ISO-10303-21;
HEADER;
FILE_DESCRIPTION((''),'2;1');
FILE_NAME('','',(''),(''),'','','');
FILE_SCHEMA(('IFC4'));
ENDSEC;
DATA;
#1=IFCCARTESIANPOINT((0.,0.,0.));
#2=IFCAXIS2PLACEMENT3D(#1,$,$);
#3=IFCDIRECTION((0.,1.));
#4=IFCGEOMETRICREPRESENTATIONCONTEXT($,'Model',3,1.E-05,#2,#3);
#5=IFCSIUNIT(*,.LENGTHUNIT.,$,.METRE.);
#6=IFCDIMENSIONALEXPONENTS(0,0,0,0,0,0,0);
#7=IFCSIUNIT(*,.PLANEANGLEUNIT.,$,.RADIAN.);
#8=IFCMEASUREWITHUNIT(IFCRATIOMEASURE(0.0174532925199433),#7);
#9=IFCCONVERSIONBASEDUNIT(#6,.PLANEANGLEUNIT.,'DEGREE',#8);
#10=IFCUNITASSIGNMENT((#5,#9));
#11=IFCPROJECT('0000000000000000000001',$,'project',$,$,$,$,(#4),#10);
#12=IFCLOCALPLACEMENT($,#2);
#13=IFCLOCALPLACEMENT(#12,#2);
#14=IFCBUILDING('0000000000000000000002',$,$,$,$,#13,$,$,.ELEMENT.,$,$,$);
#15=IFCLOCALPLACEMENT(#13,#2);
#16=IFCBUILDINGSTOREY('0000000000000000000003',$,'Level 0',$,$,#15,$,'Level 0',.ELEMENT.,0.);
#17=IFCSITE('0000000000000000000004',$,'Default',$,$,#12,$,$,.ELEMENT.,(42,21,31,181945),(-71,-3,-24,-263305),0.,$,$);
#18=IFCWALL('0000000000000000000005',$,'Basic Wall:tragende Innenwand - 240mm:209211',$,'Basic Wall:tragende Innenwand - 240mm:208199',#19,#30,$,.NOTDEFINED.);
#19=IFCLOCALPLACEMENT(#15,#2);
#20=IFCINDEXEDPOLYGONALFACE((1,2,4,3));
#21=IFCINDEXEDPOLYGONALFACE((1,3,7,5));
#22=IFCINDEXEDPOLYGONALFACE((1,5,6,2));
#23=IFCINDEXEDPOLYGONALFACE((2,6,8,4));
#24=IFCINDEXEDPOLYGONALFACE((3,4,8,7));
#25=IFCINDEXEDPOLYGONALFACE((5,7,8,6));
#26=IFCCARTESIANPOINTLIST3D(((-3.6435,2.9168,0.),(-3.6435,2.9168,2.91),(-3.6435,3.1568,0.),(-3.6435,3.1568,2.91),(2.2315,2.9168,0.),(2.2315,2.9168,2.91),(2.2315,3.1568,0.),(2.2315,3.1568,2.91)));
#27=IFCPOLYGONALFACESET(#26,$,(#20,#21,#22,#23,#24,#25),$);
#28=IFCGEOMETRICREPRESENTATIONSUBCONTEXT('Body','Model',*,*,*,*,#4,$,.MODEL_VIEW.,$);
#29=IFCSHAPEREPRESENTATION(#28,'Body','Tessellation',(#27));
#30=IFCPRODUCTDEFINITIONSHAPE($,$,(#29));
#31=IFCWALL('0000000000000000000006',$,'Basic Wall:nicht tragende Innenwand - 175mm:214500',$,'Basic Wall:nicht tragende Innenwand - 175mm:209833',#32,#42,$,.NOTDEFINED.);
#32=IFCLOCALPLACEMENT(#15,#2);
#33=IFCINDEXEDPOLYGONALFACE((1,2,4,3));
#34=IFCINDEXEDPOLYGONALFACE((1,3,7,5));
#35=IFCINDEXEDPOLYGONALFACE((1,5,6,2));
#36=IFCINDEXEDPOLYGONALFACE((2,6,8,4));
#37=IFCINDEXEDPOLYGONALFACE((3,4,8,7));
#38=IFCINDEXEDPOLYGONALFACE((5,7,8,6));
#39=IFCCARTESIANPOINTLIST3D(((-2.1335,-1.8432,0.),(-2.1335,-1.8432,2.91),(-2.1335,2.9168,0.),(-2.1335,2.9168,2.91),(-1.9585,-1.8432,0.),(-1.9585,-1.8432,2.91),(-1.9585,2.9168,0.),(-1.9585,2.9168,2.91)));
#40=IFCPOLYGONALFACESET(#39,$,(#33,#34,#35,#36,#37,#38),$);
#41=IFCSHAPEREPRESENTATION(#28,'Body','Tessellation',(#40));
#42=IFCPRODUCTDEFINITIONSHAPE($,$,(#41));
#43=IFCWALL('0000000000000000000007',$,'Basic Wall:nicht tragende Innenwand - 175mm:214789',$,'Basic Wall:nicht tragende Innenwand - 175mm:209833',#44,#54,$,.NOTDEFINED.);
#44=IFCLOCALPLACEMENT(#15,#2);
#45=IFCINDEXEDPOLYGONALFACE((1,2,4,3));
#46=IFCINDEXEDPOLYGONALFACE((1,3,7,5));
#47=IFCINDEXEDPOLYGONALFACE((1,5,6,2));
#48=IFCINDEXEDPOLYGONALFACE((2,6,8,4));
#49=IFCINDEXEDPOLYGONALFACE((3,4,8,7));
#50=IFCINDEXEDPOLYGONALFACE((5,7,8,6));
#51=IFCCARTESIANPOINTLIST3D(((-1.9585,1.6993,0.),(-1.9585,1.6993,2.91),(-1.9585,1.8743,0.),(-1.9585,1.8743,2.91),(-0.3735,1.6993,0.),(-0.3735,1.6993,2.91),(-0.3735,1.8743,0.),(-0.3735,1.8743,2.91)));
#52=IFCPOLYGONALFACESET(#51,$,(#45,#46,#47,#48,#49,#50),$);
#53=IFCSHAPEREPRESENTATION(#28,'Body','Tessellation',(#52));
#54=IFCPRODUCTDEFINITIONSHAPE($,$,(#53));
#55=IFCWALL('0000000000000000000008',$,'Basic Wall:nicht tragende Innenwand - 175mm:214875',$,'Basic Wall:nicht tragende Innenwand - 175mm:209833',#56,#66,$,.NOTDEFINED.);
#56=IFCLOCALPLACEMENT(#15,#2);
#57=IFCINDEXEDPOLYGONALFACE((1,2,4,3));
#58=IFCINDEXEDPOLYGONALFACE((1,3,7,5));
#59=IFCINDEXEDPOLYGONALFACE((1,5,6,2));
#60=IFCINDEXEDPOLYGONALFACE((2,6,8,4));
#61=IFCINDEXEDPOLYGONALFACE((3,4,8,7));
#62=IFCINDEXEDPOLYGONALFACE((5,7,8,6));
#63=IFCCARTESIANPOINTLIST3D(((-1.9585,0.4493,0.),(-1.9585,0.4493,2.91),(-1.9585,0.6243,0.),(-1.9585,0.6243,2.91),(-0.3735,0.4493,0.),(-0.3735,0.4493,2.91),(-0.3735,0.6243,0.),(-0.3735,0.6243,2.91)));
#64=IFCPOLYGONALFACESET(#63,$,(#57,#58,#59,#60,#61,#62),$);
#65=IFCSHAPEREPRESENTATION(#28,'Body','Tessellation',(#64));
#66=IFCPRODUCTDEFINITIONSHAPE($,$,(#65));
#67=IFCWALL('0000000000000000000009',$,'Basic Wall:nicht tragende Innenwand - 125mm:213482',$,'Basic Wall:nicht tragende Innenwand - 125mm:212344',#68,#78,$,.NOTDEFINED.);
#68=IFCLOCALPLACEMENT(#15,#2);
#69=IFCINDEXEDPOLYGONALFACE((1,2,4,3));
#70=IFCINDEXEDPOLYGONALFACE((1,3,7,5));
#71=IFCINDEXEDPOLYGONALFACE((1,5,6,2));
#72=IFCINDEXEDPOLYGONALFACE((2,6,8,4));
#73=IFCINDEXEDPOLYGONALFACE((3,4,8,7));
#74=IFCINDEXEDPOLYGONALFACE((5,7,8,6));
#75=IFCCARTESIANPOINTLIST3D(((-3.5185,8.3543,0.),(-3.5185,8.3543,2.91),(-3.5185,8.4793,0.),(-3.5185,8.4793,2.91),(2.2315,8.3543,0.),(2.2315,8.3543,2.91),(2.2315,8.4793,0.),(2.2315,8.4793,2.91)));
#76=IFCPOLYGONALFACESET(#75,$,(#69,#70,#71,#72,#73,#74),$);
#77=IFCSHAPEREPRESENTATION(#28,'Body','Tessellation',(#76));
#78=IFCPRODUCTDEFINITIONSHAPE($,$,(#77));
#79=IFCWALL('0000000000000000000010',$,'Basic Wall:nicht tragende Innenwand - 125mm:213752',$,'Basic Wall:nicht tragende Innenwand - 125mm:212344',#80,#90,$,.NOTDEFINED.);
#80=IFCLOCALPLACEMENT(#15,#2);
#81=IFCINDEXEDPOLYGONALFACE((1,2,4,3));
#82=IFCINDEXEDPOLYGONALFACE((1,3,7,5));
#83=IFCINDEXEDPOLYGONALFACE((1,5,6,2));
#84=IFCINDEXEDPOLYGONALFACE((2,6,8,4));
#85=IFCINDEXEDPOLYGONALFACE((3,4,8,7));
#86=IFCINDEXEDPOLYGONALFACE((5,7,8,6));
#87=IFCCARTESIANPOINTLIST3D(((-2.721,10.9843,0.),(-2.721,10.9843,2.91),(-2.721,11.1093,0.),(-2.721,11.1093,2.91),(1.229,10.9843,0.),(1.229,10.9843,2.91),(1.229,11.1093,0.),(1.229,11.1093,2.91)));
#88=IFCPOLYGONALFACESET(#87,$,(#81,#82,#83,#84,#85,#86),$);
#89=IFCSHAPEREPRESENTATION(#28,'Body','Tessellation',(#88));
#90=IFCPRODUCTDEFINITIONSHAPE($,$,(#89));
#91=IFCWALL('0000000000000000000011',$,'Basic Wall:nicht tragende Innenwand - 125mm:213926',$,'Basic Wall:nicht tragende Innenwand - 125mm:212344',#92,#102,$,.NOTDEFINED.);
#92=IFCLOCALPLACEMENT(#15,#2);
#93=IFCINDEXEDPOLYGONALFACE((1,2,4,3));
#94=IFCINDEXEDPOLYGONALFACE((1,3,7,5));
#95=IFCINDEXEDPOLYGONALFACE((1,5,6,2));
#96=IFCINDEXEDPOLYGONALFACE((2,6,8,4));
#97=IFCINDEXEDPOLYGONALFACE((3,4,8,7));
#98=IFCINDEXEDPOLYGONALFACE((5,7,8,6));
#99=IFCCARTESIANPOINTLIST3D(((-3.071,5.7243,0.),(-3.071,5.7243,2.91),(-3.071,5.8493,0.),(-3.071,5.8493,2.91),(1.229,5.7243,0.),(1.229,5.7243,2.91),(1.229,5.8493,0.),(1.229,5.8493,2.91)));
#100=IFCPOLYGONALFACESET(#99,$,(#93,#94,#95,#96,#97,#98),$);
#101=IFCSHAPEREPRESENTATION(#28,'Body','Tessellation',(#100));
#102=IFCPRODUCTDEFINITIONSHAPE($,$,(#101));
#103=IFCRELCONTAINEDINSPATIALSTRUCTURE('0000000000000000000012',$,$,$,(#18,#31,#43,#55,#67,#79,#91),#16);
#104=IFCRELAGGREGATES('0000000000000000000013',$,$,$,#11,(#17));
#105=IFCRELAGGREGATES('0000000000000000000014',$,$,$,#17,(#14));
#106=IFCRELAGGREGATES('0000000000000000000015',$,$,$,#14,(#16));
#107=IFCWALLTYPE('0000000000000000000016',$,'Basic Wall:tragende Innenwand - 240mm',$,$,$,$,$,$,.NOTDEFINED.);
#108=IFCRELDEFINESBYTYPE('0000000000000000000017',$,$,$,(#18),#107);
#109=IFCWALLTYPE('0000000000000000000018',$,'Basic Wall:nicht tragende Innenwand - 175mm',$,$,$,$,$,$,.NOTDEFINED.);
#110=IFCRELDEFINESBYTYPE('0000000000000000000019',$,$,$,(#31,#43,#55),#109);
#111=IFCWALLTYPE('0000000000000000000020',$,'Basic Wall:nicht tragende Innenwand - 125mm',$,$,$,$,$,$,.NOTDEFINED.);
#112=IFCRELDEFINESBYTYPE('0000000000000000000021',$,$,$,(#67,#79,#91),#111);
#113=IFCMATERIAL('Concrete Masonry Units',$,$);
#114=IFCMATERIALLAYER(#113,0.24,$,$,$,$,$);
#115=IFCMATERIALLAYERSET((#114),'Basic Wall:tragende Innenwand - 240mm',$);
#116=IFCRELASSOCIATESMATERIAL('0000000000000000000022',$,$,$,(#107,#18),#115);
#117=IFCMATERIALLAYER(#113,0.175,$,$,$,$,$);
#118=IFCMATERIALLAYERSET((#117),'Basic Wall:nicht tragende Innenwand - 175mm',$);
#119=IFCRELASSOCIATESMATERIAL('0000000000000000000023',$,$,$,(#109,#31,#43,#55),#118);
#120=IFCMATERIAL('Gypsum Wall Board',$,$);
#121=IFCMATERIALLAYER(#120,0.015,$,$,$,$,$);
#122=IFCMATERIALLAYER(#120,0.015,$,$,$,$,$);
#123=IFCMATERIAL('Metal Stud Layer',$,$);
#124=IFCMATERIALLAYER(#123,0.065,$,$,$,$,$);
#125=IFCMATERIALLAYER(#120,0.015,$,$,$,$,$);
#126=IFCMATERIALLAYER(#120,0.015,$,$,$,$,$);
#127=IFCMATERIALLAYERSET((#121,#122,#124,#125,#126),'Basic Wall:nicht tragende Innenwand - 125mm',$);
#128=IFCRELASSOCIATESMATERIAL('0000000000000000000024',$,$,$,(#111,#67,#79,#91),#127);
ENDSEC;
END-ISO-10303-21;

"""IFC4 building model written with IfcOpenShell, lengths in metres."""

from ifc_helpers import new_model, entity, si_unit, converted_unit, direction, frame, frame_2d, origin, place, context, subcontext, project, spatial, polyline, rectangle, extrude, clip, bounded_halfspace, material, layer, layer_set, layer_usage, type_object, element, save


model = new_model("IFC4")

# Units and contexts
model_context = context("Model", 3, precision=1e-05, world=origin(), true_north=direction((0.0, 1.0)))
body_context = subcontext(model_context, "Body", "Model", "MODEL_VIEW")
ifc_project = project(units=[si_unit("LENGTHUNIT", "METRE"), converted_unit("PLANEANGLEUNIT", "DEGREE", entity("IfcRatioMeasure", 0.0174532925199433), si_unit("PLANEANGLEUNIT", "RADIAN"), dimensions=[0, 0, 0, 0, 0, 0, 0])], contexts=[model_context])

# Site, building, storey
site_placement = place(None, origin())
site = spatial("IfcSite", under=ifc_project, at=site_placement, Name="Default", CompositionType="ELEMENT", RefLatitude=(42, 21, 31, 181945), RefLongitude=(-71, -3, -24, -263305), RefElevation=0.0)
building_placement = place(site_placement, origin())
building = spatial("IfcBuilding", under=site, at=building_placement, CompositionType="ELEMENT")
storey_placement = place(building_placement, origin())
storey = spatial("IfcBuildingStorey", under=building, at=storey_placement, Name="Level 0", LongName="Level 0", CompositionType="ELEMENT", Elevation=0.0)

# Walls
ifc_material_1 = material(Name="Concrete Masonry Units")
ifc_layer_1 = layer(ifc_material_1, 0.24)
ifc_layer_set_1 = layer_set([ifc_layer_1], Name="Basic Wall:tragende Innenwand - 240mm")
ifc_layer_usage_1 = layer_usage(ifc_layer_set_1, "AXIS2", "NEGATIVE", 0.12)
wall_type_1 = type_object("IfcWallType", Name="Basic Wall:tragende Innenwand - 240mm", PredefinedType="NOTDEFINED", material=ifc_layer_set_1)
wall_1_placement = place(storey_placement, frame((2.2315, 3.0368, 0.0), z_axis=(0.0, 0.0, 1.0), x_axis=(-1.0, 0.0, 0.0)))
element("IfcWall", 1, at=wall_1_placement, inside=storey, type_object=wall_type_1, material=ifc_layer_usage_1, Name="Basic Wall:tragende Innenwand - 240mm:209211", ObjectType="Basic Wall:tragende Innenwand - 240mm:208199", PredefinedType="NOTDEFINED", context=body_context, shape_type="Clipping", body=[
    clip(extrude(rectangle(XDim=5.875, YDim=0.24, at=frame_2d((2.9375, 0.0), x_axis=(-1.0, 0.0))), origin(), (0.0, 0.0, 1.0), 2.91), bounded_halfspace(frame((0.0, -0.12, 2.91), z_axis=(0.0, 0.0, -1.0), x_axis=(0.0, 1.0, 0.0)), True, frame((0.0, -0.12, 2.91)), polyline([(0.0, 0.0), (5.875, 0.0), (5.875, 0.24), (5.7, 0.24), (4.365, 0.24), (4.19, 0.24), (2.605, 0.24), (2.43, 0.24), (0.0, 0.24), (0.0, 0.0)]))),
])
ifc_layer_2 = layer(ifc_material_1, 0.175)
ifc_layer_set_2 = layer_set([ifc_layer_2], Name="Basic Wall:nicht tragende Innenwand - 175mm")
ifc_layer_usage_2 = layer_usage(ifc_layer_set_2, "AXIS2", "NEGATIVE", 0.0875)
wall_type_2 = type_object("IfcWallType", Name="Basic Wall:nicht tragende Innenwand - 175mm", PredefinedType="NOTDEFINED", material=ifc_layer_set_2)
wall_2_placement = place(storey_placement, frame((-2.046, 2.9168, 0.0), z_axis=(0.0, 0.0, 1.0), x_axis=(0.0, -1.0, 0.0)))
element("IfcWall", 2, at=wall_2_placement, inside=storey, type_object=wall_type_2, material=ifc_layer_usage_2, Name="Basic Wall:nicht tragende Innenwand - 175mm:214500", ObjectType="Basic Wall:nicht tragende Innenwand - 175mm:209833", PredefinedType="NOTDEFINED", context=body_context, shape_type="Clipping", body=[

_____

* **Task requirements**:
Each line above that contains the word "IFCRELASSOCIATESMATERIAL" should be copied.

* **Answer space**:
#116=IFCRELASSOCIATESMATERIAL('0000000000000000000022',$,$,$,(#107,#18),#115);
#119=IFCRELASSOCIATESMATERIAL('0000000000000000000023',$,$,$,(#109,#31,#43,#55),#118);
#128=IFCRELASSOCIATESMATERIAL('0000000000000000000024',$,$,$,(#111,#67,#79,#91),#127);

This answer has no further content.